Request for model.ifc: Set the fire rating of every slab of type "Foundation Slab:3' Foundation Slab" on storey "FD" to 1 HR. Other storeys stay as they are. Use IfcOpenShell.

First a look at what the model holds.

```python
import ifcopenshell
import ifcopenshell.util.element

model = ifcopenshell.open("model.ifc")
print(model.schema)
storey = next(s for s in model.by_type("IfcBuildingStorey") if s.Name == "FD")
slabs = [e for e in ifcopenshell.util.element.get_decomposition(storey) if e.is_a("IfcSlab")]
seen = {}
for e in slabs:
    element_type = ifcopenshell.util.element.get_type(e)
    key = (element_type.Name if element_type != e and element_type else None, ifcopenshell.util.element.get_pset(e, "Pset_SlabCommon", "FireRating"))
    seen[key] = seen.get(key, 0) + 1
for (name, value), count in sorted(seen.items(), key=str):
    print(count, "x", name, "|", value)
```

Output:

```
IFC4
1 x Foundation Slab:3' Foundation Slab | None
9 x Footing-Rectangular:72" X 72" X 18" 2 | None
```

```python
import ifcopenshell
import ifcopenshell.api.pset
import ifcopenshell.util.element

model = ifcopenshell.open("model.ifc")

storey = next(s for s in model.by_type("IfcBuildingStorey") if s.Name == "FD")
slabs = [e for e in ifcopenshell.util.element.get_decomposition(storey) if e.is_a("IfcSlab")]

count = 0
for e in slabs:
    element_type = ifcopenshell.util.element.get_type(e)
    if element_type in (None, e) or element_type.Name != "Foundation Slab:3' Foundation Slab":
        continue
    # add_pset returns the element's existing set when there is one.
    pset = ifcopenshell.api.pset.add_pset(model, product=e, name="Pset_SlabCommon")
    ifcopenshell.api.pset.edit_pset(model, pset=pset, properties={"FireRating": "1 HR"})
    count += 1

print(count, "slabs updated")

model.write("model_rev.ifc")
```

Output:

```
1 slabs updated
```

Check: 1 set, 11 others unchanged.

########

Directions for this task: Each line above should be reproduced exactly, with nothing omitted.

Your response:
Request for model.ifc: Set the fire rating of every slab of type "Foundation Slab:3' Foundation Slab" on storey "FD" to 1 HR. Other storeys stay as they are. Use IfcOpenShell.

First a look at what the model holds.

```python
import ifcopenshell
import ifcopenshell.util.element

model = ifcopenshell.open("model.ifc")
print(model.schema)
storey = next(s for s in model.by_type("IfcBuildingStorey") if s.Name == "FD")
slabs = [e for e in ifcopenshell.util.element.get_decomposition(storey) if e.is_a("IfcSlab")]
seen = {}
for e in slabs:
    element_type = ifcopenshell.util.element.get_type(e)
    key = (element_type.Name if element_type != e and element_type else None, ifcopenshell.util.element.get_pset(e, "Pset_SlabCommon", "FireRating"))
    seen[key] = seen.get(key, 0) + 1
for (name, value), count in sorted(seen.items(), key=str):
    print(count, "x", name, "|", value)
```

Output:

```
IFC4
1 x Foundation Slab:3' Foundation Slab | None
9 x Footing-Rectangular:72" X 72" X 18" 2 | None
```

```python
import ifcopenshell
import ifcopenshell.api.pset
import ifcopenshell.util.element

model = ifcopenshell.open("model.ifc")

storey = next(s for s in model.by_type("IfcBuildingStorey") if s.Name == "FD")
slabs = [e for e in ifcopenshell.util.element.get_decomposition(storey) if e.is_a("IfcSlab")]

count = 0
for e in slabs:
    element_type = ifcopenshell.util.element.get_type(e)
    if element_type in (None, e) or element_type.Name != "Foundation Slab:3' Foundation Slab":
        continue
    # add_pset returns the element's existing set when there is one.
    pset = ifcopenshell.api.pset.add_pset(model, product=e, name="Pset_SlabCommon")
    ifcopenshell.api.pset.edit_pset(model, pset=pset, properties={"FireRating": "1 HR"})
    count += 1

print(count, "slabs updated")

model.write("model_rev.ifc")
```

Output:

```
1 slabs updated
```

Check: 1 set, 11 others unchanged.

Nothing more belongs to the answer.